I was talking to a tax lawyer the other day, though. I told her that I heard a
lot of public-interest journalism projects were getting rejected for tax-
exempt status, and it seemed like a problem in the tax laws -- we haven't
adjusted to a world where a lot of journalism is done by non-profits. A lot
like this story, but with journalism instead of software development.

She said she had looked at some of those applications, and she would have
rejected them too. She thought the problem was journalism startups haven't
figured out that they need to talk to a _tax_ lawyer before filing important
documents with the IRS. (And, yes, she's donating time to help with that,
incidentally.)

Like I said, I'm not a tax lawyer. But I would wait to get a perspective from
someone who knows this field before I concluded that the IRS is really opposed
to free software in general. And I would do this kind of thing through a
lawyer who specializes in it. Remember that you're helping out more than just
you -- if you do it right you're paving the way for people like you. If you do
it wrong, you're inviting bad decisions with broad statements like the ones
quoting in this article.

------
codezero
It sounds like the gist is that they were rejected because the code they
create might be used by entities that are not nonprofits/charitable.

One one hand, this seems crazy if the software created is given -- for a bad
metaphor: imagine a charity being unable to feed people because those people
may use the energy they get from that food to do non-charitable works.

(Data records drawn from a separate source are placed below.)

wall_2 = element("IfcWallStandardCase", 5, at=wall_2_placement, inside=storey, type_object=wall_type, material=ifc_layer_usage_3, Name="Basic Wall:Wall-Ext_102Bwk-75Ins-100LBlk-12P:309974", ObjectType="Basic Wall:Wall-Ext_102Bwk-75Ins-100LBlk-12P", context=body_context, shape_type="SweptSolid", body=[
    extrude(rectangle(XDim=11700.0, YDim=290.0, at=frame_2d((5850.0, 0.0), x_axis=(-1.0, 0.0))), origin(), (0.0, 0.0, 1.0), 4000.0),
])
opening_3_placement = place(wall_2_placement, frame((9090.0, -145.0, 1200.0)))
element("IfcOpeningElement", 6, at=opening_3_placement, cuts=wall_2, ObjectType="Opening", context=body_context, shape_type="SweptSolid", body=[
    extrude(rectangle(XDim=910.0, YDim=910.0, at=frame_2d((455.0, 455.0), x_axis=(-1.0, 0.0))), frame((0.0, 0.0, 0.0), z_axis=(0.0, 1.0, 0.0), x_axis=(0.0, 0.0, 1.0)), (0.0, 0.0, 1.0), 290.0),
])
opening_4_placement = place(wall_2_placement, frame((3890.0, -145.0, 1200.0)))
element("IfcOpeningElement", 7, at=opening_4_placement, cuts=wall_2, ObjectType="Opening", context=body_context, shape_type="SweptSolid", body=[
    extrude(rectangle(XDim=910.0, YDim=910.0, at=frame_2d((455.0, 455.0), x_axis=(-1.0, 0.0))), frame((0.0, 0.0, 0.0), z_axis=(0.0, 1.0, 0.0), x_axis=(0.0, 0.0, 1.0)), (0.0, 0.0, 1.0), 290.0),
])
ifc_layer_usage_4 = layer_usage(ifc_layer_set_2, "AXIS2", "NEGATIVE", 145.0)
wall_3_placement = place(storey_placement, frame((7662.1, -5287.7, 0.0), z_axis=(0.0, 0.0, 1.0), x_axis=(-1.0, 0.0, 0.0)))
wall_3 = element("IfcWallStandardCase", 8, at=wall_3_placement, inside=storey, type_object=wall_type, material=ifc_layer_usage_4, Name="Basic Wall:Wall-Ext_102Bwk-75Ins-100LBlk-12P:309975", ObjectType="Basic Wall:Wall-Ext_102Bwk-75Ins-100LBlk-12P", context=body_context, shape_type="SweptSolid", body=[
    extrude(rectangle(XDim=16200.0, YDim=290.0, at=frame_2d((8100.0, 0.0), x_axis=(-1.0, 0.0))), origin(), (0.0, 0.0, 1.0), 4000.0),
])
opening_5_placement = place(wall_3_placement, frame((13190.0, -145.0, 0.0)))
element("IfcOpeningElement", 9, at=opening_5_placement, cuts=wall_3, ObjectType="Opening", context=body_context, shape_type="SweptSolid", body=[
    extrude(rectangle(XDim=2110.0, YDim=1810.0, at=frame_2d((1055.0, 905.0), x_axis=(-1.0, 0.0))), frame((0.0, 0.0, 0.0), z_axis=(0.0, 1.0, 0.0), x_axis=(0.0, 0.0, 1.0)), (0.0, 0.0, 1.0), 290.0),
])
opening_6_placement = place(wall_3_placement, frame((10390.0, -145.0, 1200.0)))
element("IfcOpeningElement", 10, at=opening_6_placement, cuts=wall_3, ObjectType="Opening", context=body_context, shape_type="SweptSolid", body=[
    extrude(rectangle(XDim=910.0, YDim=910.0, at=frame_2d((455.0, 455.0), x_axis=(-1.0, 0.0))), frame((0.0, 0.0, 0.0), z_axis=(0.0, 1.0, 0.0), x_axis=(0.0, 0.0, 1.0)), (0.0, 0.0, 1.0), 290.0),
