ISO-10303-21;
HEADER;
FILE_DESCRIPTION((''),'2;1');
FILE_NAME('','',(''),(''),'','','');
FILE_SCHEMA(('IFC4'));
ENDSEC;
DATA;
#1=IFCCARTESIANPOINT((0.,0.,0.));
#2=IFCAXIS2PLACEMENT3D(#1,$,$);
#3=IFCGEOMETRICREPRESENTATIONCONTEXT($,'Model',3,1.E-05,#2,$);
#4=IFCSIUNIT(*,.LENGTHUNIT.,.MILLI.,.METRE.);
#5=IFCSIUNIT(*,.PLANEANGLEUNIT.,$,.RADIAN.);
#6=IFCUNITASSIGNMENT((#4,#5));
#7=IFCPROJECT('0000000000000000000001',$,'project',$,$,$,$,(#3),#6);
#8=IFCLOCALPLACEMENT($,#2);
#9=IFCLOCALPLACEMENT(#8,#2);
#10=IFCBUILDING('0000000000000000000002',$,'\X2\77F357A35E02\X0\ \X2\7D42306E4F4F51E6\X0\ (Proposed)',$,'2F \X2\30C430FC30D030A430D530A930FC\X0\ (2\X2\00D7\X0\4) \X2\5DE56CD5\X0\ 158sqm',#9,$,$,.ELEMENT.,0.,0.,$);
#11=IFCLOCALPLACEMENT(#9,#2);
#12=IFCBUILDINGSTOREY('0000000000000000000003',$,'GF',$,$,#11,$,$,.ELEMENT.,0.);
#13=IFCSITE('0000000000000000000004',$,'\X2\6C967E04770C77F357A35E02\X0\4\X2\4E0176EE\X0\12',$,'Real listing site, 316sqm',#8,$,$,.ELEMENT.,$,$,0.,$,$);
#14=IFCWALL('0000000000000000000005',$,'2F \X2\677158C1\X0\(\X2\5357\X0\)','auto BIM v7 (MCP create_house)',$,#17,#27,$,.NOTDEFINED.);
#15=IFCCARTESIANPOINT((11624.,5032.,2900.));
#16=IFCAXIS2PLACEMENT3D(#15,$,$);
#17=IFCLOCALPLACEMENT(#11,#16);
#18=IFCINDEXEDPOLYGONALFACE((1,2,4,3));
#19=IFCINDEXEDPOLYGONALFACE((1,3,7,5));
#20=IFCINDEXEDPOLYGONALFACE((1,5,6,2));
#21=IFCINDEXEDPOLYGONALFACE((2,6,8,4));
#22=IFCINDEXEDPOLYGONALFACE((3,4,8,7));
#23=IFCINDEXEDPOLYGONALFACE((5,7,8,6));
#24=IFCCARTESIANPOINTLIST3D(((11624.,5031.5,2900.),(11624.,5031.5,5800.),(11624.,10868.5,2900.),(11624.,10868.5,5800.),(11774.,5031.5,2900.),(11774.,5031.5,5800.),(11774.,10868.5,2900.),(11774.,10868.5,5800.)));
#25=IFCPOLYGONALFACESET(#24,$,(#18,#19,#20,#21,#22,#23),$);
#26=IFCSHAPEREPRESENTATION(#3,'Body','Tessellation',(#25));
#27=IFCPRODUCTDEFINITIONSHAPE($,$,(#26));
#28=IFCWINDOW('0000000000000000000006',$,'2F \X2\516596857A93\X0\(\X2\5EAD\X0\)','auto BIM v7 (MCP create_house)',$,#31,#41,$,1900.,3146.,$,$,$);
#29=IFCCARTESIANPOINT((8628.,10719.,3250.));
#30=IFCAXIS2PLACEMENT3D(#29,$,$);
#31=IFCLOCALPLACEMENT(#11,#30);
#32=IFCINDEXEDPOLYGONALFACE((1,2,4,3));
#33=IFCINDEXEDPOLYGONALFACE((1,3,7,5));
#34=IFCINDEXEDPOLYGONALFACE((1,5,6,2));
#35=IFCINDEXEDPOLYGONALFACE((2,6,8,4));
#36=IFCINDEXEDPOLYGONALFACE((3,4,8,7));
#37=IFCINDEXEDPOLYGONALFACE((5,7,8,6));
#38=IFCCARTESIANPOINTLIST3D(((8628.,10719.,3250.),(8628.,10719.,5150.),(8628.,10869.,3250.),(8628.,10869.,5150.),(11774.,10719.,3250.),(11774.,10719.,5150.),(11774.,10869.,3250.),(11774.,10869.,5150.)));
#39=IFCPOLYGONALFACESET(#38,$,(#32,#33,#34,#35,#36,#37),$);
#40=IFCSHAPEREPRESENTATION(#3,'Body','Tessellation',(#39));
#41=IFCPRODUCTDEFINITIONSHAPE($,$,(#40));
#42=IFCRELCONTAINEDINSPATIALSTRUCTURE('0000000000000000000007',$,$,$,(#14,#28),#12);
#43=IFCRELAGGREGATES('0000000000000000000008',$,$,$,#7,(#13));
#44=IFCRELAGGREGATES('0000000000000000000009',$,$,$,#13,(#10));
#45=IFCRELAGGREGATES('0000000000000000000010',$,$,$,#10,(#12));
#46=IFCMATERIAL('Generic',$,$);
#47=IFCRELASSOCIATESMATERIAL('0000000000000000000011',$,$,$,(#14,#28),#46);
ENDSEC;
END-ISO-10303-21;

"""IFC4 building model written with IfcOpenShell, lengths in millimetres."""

from ifc_helpers import new_model, si_unit, frame, frame_2d, origin, place, context, project, spatial, rectangle, extrude, material, element, fill, save


model = new_model("IFC4")

# Units and contexts
model_context = context("Model", 3, precision=1e-05, world=origin())
ifc_project = project(units=[si_unit("LENGTHUNIT", "METRE", prefix="MILLI"), si_unit("PLANEANGLEUNIT", "RADIAN")], contexts=[model_context])

# Site, building, storey
site_placement = place(None, origin())
site = spatial("IfcSite", under=ifc_project, at=site_placement, Name="沖縄県石垣市4丁目12", ObjectType="Real listing site, 316sqm", CompositionType="ELEMENT", RefElevation=0.0)
building_placement = place(site_placement, origin())
building = spatial("IfcBuilding", under=site, at=building_placement, Name="石垣市 終の住処 (Proposed)", ObjectType="2F ツーバイフォー (2×4) 工法 158sqm", CompositionType="ELEMENT", ElevationOfRefHeight=0.0, ElevationOfTerrain=0.0)
storey_placement = place(building_placement, origin())
storey = spatial("IfcBuildingStorey", under=building, at=storey_placement, Name="GF", CompositionType="ELEMENT", Elevation=0.0)

# Shared definitions
ifc_material = material(Name="Generic")

# Wall, opening, window
wall_1_placement = place(storey_placement, frame((11624.0, 5032.0, 2900.0)))
wall_1 = element("IfcWall", 1, at=wall_1_placement, inside=storey, material=ifc_material, Name="2F 東壁(南)", Description="auto BIM v7 (MCP create_house)", PredefinedType="NOTDEFINED", context=model_context, shape_type="SweptSolid", body=[
    extrude(rectangle(XDim=150.0, YDim=5837.0, at=frame_2d((75.0, 2918.0))), frame((11624.0, 5032.0, 2900.0)), (0.0, 0.0, 1.0), 2900.0),
])
opening_1_placement = place(storey_placement, frame((8628.0, 10719.0, 3250.0)))
opening_1 = element("IfcOpeningElement", 2, at=opening_1_placement, cuts=wall_1, PredefinedType="NOTDEFINED", context=model_context, shape_type="SweptSolid", body=[
    extrude(rectangle(XDim=3146.0, YDim=150.0, at=frame_2d((1573.0, 75.0))), frame((8628.0, 10719.0, 3250.0)), (0.0, 0.0, 1.0), 1900.0),
])
window_1_placement = place(storey_placement, frame((8628.0, 10719.0, 3250.0)))
window_1 = element("IfcWindow", 3, at=window_1_placement, inside=storey, material=ifc_material, Name="2F 入隅窓(庭)", Description="auto BIM v7 (MCP create_house)", OverallHeight=1900.0, OverallWidth=3146.0, context=model_context, shape_type="SweptSolid", body=[
    extrude(rectangle(XDim=3146.0, YDim=150.0, at=frame_2d((1573.0, 75.0))), frame((8628.0, 10719.0, 3250.0)), (0.0, 0.0, 1.0), 1900.0),
])
fill(opening_1, window_1)

save(model, "model.ifc")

Separately, and to play devil's advocate, I can kind of see the logic here: it
creates a loophole through which re-usable work that is funded under tax
exempt status can then be used by anyone, so you could imagine some org
donating some money to get some particular work done, then getting it and
using it without having to have paid tax on the equivalent work that would
have been done if they paid for it. Going back to the food metaphor, it might
be like a charity offering free food to anyone, rather than just to those who
have a particular need. I think that such a charity might run into a similar
rejection, but I don't know.

Like I said, I think it sounds crazy, but hopefully this draws more interested
parties into the discussion.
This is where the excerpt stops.